Compose for Web (Kotlin/Wasm) Compose HTML
Renders to Canvas via Skia Real DOM elements
UI parity with Android/desktop Pixel-identical None — it's web-native
SEO / semantic HTML Weak (canvas) Strong
Reuses your existing Compose UI Yes, directly No — different API
Best for Sharing the exact app UI Web-native pages/sites

If your goal is "my Android app, in a browser," you want canvas-based Compose for Web on Wasm. If your goal is "a website that happens to be written in Kotlin," you want Compose HTML. They're not competitors; they're answers to different questions.

Why Wasm, and what WasmGC changed

Kotlin/Wasm targets WebAssembly with garbage collection (WasmGC), a browser feature that lets managed languages like Kotlin run efficiently without shipping their own GC in the bundle. This matters for two reasons. First, performance: Wasm executes near-native, so Compose's rendering and your logic run fast. Second, it's why modern browsers are required — WasmGC support is what makes the output small and quick enough to be practical, and it's now broadly available in current Chrome, Firefox, and Safari.
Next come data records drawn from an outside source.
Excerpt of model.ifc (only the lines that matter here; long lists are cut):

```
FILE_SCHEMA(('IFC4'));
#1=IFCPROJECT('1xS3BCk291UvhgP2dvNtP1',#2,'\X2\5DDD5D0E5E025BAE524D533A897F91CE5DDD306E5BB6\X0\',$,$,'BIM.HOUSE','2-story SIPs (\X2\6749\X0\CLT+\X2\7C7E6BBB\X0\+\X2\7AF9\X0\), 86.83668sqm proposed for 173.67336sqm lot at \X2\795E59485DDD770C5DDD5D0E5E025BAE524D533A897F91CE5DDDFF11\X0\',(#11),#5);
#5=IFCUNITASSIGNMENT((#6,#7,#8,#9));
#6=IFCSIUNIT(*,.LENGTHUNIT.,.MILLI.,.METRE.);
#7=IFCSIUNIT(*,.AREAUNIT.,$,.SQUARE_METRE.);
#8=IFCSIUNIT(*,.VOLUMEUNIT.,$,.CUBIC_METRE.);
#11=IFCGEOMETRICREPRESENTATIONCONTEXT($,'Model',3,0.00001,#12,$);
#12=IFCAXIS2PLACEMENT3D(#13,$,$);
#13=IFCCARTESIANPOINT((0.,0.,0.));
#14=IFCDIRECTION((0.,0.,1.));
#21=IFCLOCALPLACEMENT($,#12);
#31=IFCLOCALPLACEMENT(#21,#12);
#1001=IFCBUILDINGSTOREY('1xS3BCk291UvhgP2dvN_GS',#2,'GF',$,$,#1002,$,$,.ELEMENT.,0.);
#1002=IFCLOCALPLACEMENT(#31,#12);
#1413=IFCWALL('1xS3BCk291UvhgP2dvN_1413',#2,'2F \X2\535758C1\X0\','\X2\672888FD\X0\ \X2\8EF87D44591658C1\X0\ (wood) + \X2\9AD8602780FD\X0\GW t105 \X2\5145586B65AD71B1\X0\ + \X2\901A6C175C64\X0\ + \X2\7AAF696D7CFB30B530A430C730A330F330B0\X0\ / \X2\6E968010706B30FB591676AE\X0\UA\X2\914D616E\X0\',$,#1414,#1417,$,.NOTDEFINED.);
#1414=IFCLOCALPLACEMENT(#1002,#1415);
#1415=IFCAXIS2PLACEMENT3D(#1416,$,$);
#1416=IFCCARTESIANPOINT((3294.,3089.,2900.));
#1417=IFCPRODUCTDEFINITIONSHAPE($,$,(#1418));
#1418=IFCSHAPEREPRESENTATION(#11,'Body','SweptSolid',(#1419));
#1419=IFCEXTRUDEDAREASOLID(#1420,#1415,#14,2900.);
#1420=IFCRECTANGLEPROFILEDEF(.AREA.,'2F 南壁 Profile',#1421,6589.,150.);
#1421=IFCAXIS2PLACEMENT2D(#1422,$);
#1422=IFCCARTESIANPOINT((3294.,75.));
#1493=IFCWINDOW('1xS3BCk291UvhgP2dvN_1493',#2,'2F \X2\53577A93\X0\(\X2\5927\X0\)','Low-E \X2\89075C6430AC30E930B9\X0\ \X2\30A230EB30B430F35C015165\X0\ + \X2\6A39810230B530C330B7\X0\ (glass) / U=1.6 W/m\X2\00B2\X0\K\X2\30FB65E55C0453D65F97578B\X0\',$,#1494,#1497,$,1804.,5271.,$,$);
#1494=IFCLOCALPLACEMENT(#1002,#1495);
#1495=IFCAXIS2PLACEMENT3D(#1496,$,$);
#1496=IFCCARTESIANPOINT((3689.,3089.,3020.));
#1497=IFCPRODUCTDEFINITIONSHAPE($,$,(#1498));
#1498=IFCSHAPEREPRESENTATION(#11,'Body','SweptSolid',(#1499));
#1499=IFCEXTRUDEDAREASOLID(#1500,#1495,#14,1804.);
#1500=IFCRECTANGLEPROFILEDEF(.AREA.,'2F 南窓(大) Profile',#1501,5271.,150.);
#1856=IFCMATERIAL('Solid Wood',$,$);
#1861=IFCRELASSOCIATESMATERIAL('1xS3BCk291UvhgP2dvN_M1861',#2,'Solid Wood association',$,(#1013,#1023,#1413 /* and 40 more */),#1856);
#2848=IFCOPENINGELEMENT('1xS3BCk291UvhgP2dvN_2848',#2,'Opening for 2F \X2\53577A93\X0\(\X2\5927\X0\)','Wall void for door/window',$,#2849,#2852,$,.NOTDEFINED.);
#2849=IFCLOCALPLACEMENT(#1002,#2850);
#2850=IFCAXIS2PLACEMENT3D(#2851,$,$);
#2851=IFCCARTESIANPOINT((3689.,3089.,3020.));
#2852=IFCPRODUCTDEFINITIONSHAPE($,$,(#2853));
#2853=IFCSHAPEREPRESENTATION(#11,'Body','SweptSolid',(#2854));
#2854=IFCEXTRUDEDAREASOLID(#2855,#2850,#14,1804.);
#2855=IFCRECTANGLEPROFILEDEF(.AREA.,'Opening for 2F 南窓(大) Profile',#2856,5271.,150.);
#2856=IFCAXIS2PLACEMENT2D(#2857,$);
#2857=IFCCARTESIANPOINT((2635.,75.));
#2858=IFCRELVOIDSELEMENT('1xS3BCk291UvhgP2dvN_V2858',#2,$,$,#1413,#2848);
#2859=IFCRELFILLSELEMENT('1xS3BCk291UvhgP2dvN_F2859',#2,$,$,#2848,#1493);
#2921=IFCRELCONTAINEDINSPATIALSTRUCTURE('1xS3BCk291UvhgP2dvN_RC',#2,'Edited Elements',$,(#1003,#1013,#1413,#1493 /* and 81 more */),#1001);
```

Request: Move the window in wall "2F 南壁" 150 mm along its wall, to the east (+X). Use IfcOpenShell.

```python
import ifcopenshell
import ifcopenshell.api.geometry
import ifcopenshell.util.placement

model = ifcopenshell.open("model.ifc")

window = model.by_guid("1xS3BCk291UvhgP2dvN_1493")
opening = window.FillsVoids[0].RelatingOpeningElement
wall = opening.VoidsElements[0].RelatingBuildingElement

wall_matrix = ifcopenshell.util.placement.get_local_placement(wall.ObjectPlacement)
shift = wall_matrix[:3, 0] * 150.0
before = ifcopenshell.util.placement.get_local_placement(window.ObjectPlacement)[:3, 3].copy()

# The window is not placed relative to its opening, so move both.
for product in (opening, window):
    matrix = ifcopenshell.util.placement.get_local_placement(product.ObjectPlacement)
    matrix[:3, 3] += shift
    ifcopenshell.api.geometry.edit_object_placement(model, product=product, matrix=matrix, is_si=False)

after = ifcopenshell.util.placement.get_local_placement(window.ObjectPlacement)[:3, 3]
print("window moved by", (after - before).round(3) + 0.0)

model.write("model_v2.ifc")
```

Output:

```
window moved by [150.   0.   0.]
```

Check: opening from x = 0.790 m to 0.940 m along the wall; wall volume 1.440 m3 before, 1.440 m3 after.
Download size is the honest sore point. A canvas-based Compose app ships the Skia renderer and the Compose runtime, so the initial payload is larger than a hand-written web page. It has shrunk considerably with WasmGC and optimization, but if first-load size on a cold cache is your top constraint, factor it in and measure. For an internal dashboard behind a login, nobody cares; for a public landing page, they might.

Interop with the browser

You're still in a browser, so you'll occasionally need the DOM, browser APIs, or JS libraries. Kotlin/Wasm provides interop for this, conceptually similar to Kotlin/JS external declarations covered in Kotlin/JS interop fundamentals: you declare the browser API you need and call it. Common cases are reading the URL, browser storage, or handing off to a native <input> for something the canvas can't do well. Keep this interop confined to a thin layer, the same discipline as any platform boundary.

Where I'd actually use it today

My pragmatic guidance, from shipping shared-UI apps:

The reuse story is the same one that makes Compose compelling across form factors generally, echoing the adaptive layout thinking that already spans phones, foldables, and tablets — now extended to the browser.

What I'd take away

Compose for Web on Kotlin/Wasm is a genuine "write once, render everywhere" story for Compose UI, achieved by drawing to a canvas with Skia so the web build is pixel-identical to Android and desktop. That's its superpower and its constraint: you get perfect parity and full code reuse, but a canvas isn't semantic HTML, so SEO and accessibility need deliberate work. Choose it for apps where sharing the exact UI matters — internal tools, dashboards, rich interactive apps — and reach for Compose HTML when you actually need a web-native page. Match the tool to whether you're shipping an app or a website, and it's a remarkably productive way to reach the browser from a Kotlin codebase.

Resources

Frequently asked questions

How does Compose for Web on Kotlin/Wasm render the UI?

It renders onto an HTML canvas using Skia, the same rendering engine used on Android and desktop, so the UI is pixel-identical across targets rather than mapped to DOM elements. That means your Compose code — layouts, animations, custom drawing — runs unchanged in the browser. The tradeoff is that the app is a canvas surface, not semantic HTML, which has accessibility and SEO implications.

Is Compose for Web with Kotlin/Wasm production ready?

It has matured a lot and is stable enough for internal tools, dashboards, and apps where sharing UI with Android and desktop outweighs web-native concerns. For public marketing pages or content sites where SEO and accessibility are critical, DOM-based approaches are still the safer choice. Evaluate it per use case rather than as an all-or-nothing decision.

What is the difference between Compose HTML and Compose for Web on Wasm?

Compose HTML maps Compose-style code to actual DOM elements, giving you semantic HTML and CSS control. Compose for Web on Kotlin/Wasm renders your shared Compose UI to a canvas via Skia for pixel-perfect parity with other platforms. They solve different problems: Compose HTML for web-native pages, canvas-based Compose for sharing the exact app UI everywhere.